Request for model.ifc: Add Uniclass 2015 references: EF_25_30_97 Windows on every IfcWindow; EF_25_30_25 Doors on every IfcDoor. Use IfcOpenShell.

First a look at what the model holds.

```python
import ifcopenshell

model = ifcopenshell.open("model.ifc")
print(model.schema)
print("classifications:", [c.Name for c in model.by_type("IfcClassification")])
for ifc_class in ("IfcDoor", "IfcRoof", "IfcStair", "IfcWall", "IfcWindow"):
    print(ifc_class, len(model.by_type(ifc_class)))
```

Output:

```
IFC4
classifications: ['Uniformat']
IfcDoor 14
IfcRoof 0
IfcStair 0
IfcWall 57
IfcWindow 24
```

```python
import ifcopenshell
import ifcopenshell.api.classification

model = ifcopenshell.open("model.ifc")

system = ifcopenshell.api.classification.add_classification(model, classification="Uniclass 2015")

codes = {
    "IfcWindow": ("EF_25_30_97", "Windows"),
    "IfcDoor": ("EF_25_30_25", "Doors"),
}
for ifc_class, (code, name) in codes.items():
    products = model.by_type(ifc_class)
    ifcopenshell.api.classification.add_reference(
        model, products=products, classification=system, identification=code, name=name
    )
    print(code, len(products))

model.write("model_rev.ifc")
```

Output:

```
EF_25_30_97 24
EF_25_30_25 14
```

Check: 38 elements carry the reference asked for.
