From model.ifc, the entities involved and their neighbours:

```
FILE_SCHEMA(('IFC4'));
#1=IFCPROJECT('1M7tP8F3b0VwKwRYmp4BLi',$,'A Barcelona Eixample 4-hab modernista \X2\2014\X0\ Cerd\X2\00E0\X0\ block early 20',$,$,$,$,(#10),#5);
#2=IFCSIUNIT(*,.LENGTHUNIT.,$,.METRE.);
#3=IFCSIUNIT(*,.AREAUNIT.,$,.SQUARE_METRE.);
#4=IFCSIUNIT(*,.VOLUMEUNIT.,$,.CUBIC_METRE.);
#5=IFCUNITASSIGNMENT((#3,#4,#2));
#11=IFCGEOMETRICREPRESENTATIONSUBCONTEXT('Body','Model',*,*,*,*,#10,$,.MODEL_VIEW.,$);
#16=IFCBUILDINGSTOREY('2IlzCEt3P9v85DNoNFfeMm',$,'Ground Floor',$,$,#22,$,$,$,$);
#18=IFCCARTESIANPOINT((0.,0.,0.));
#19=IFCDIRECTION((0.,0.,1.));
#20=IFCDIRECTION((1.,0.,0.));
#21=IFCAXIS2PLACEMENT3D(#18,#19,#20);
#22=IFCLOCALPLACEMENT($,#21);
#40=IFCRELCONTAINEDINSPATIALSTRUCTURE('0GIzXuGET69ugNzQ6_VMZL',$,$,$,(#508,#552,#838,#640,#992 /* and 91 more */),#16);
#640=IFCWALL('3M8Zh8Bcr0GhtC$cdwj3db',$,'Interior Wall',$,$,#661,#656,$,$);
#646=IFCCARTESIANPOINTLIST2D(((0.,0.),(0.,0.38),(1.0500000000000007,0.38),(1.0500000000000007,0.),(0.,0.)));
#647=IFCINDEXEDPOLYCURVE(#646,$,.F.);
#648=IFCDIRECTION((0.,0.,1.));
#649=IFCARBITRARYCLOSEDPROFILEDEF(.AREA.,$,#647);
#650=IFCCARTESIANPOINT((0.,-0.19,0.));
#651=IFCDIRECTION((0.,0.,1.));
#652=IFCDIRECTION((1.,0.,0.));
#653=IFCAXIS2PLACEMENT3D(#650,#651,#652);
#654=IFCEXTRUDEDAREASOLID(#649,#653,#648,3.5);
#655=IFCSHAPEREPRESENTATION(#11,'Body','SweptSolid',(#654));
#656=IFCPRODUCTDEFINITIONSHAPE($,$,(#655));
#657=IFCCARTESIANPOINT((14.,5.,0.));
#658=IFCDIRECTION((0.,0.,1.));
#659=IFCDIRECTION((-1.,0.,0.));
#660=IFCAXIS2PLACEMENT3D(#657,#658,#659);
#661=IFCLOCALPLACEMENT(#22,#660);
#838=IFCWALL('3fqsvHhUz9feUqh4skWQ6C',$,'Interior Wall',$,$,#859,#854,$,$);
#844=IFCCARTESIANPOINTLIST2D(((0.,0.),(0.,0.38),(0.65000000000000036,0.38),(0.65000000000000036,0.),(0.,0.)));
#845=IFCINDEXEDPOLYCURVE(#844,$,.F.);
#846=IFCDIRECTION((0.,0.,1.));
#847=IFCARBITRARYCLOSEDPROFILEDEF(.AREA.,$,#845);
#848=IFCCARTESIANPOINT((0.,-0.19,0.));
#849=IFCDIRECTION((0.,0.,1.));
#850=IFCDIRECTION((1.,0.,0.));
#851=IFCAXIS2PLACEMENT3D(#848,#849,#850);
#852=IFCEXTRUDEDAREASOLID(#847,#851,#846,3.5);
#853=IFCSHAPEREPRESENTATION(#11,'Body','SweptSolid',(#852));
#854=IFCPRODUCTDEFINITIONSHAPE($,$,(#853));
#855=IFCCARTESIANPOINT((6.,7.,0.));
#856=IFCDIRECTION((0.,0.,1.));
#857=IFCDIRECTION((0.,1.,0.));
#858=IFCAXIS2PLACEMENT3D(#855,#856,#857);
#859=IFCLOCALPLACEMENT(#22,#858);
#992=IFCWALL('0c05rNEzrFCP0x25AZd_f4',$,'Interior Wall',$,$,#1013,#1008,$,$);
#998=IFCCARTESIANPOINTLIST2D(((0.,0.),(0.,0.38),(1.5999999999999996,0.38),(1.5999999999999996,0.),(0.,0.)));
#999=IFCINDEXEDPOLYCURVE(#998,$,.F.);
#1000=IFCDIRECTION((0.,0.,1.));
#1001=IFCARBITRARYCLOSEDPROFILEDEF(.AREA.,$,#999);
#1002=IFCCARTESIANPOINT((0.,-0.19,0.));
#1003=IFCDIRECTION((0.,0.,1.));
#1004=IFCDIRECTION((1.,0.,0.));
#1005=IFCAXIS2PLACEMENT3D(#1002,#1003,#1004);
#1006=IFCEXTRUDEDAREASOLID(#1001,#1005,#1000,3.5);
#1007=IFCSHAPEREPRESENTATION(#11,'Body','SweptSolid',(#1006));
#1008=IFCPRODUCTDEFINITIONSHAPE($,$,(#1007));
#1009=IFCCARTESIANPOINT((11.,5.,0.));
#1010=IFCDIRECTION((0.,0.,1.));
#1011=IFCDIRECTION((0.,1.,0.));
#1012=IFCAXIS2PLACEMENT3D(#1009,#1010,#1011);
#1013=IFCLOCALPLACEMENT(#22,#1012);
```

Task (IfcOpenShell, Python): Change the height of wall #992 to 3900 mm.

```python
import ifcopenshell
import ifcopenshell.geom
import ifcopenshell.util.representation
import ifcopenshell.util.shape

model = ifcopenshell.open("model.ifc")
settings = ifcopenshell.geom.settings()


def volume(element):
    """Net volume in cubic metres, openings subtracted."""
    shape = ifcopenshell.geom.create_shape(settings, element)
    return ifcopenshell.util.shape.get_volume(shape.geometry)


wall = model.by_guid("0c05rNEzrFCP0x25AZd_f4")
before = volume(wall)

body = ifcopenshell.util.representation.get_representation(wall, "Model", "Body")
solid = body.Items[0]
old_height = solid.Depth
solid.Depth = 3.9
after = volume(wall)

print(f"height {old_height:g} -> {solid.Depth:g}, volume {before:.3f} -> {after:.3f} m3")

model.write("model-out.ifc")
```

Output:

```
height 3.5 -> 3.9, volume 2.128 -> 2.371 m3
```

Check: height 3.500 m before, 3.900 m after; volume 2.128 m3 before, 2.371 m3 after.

☆ ☆ ☆ ☆ ☆

- Prompt: The material above is to be transcribed in full, exactly as it appears.

- Answer section:
Request for model.ifc: Add Uniclass 2015 references: EF_25_30_97 Windows on every IfcWindow; EF_25_30_25 Doors on every IfcDoor. Use IfcOpenShell.

First a look at what the model holds.

```python
import ifcopenshell

model = ifcopenshell.open("model.ifc")
print(model.schema)
print("classifications:", [c.Name for c in model.by_type("IfcClassification")])
for ifc_class in ("IfcDoor", "IfcRoof", "IfcStair", "IfcWall", "IfcWindow"):
    print(ifc_class, len(model.by_type(ifc_class)))
```

Output:

```
IFC4
classifications: ['Uniformat']
IfcDoor 14
IfcRoof 0
IfcStair 0
IfcWall 57
IfcWindow 24
```

```python
import ifcopenshell
import ifcopenshell.api.classification

model = ifcopenshell.open("model.ifc")

system = ifcopenshell.api.classification.add_classification(model, classification="Uniclass 2015")

codes = {
    "IfcWindow": ("EF_25_30_97", "Windows"),
    "IfcDoor": ("EF_25_30_25", "Doors"),
}
for ifc_class, (code, name) in codes.items():
    products = model.by_type(ifc_class)
    ifcopenshell.api.classification.add_reference(
        model, products=products, classification=system, identification=code, name=name
    )
    print(code, len(products))

model.write("model_rev.ifc")
```

Output:

```
EF_25_30_97 24
EF_25_30_25 14
```

Check: 38 elements carry the reference asked for.
From model.ifc, the entities involved and their neighbours:

```
FILE_SCHEMA(('IFC4'));
#1=IFCPROJECT('1M7tP8F3b0VwKwRYmp4BLi',$,'A Barcelona Eixample 4-hab modernista \X2\2014\X0\ Cerd\X2\00E0\X0\ block early 20',$,$,$,$,(#10),#5);
#2=IFCSIUNIT(*,.LENGTHUNIT.,$,.METRE.);
#3=IFCSIUNIT(*,.AREAUNIT.,$,.SQUARE_METRE.);
#4=IFCSIUNIT(*,.VOLUMEUNIT.,$,.CUBIC_METRE.);
#5=IFCUNITASSIGNMENT((#3,#4,#2));
#11=IFCGEOMETRICREPRESENTATIONSUBCONTEXT('Body','Model',*,*,*,*,#10,$,.MODEL_VIEW.,$);
#16=IFCBUILDINGSTOREY('2IlzCEt3P9v85DNoNFfeMm',$,'Ground Floor',$,$,#22,$,$,$,$);
#18=IFCCARTESIANPOINT((0.,0.,0.));
#19=IFCDIRECTION((0.,0.,1.));
#20=IFCDIRECTION((1.,0.,0.));
#21=IFCAXIS2PLACEMENT3D(#18,#19,#20);
#22=IFCLOCALPLACEMENT($,#21);
#40=IFCRELCONTAINEDINSPATIALSTRUCTURE('0GIzXuGET69ugNzQ6_VMZL',$,$,$,(#508,#552,#838,#640,#992 /* and 91 more */),#16);
#640=IFCWALL('3M8Zh8Bcr0GhtC$cdwj3db',$,'Interior Wall',$,$,#661,#656,$,$);
#646=IFCCARTESIANPOINTLIST2D(((0.,0.),(0.,0.38),(1.0500000000000007,0.38),(1.0500000000000007,0.),(0.,0.)));
#647=IFCINDEXEDPOLYCURVE(#646,$,.F.);
#648=IFCDIRECTION((0.,0.,1.));
#649=IFCARBITRARYCLOSEDPROFILEDEF(.AREA.,$,#647);
#650=IFCCARTESIANPOINT((0.,-0.19,0.));
#651=IFCDIRECTION((0.,0.,1.));
#652=IFCDIRECTION((1.,0.,0.));
#653=IFCAXIS2PLACEMENT3D(#650,#651,#652);
#654=IFCEXTRUDEDAREASOLID(#649,#653,#648,3.5);
#655=IFCSHAPEREPRESENTATION(#11,'Body','SweptSolid',(#654));
#656=IFCPRODUCTDEFINITIONSHAPE($,$,(#655));
#657=IFCCARTESIANPOINT((14.,5.,0.));
#658=IFCDIRECTION((0.,0.,1.));
#659=IFCDIRECTION((-1.,0.,0.));
#660=IFCAXIS2PLACEMENT3D(#657,#658,#659);
#661=IFCLOCALPLACEMENT(#22,#660);
#838=IFCWALL('3fqsvHhUz9feUqh4skWQ6C',$,'Interior Wall',$,$,#859,#854,$,$);
#844=IFCCARTESIANPOINTLIST2D(((0.,0.),(0.,0.38),(0.65000000000000036,0.38),(0.65000000000000036,0.),(0.,0.)));
#845=IFCINDEXEDPOLYCURVE(#844,$,.F.);
#846=IFCDIRECTION((0.,0.,1.));
#847=IFCARBITRARYCLOSEDPROFILEDEF(.AREA.,$,#845);
#848=IFCCARTESIANPOINT((0.,-0.19,0.));
#849=IFCDIRECTION((0.,0.,1.));
#850=IFCDIRECTION((1.,0.,0.));
#851=IFCAXIS2PLACEMENT3D(#848,#849,#850);
#852=IFCEXTRUDEDAREASOLID(#847,#851,#846,3.5);
#853=IFCSHAPEREPRESENTATION(#11,'Body','SweptSolid',(#852));
#854=IFCPRODUCTDEFINITIONSHAPE($,$,(#853));
#855=IFCCARTESIANPOINT((6.,7.,0.));
#856=IFCDIRECTION((0.,0.,1.));
#857=IFCDIRECTION((0.,1.,0.));
#858=IFCAXIS2PLACEMENT3D(#855,#856,#857);
#859=IFCLOCALPLACEMENT(#22,#858);
#992=IFCWALL('0c05rNEzrFCP0x25AZd_f4',$,'Interior Wall',$,$,#1013,#1008,$,$);
#998=IFCCARTESIANPOINTLIST2D(((0.,0.),(0.,0.38),(1.5999999999999996,0.38),(1.5999999999999996,0.),(0.,0.)));
#999=IFCINDEXEDPOLYCURVE(#998,$,.F.);
#1000=IFCDIRECTION((0.,0.,1.));
#1001=IFCARBITRARYCLOSEDPROFILEDEF(.AREA.,$,#999);
#1002=IFCCARTESIANPOINT((0.,-0.19,0.));
#1003=IFCDIRECTION((0.,0.,1.));
#1004=IFCDIRECTION((1.,0.,0.));
#1005=IFCAXIS2PLACEMENT3D(#1002,#1003,#1004);
#1006=IFCEXTRUDEDAREASOLID(#1001,#1005,#1000,3.5);
#1007=IFCSHAPEREPRESENTATION(#11,'Body','SweptSolid',(#1006));
#1008=IFCPRODUCTDEFINITIONSHAPE($,$,(#1007));
#1009=IFCCARTESIANPOINT((11.,5.,0.));
#1010=IFCDIRECTION((0.,0.,1.));
#1011=IFCDIRECTION((0.,1.,0.));
#1012=IFCAXIS2PLACEMENT3D(#1009,#1010,#1011);
#1013=IFCLOCALPLACEMENT(#22,#1012);
```

Task (IfcOpenShell, Python): Change the height of wall #992 to 3900 mm.

```python
import ifcopenshell
import ifcopenshell.geom
import ifcopenshell.util.representation
import ifcopenshell.util.shape

model = ifcopenshell.open("model.ifc")
settings = ifcopenshell.geom.settings()


def volume(element):
    """Net volume in cubic metres, openings subtracted."""
    shape = ifcopenshell.geom.create_shape(settings, element)
    return ifcopenshell.util.shape.get_volume(shape.geometry)


wall = model.by_guid("0c05rNEzrFCP0x25AZd_f4")
before = volume(wall)

body = ifcopenshell.util.representation.get_representation(wall, "Model", "Body")
solid = body.Items[0]
old_height = solid.Depth
solid.Depth = 3.9
after = volume(wall)

print(f"height {old_height:g} -> {solid.Depth:g}, volume {before:.3f} -> {after:.3f} m3")

model.write("model-out.ifc")
```

Output:

```
height 3.5 -> 3.9, volume 2.128 -> 2.371 m3
```

Check: height 3.500 m before, 3.900 m after; volume 2.128 m3 before, 2.371 m3 after.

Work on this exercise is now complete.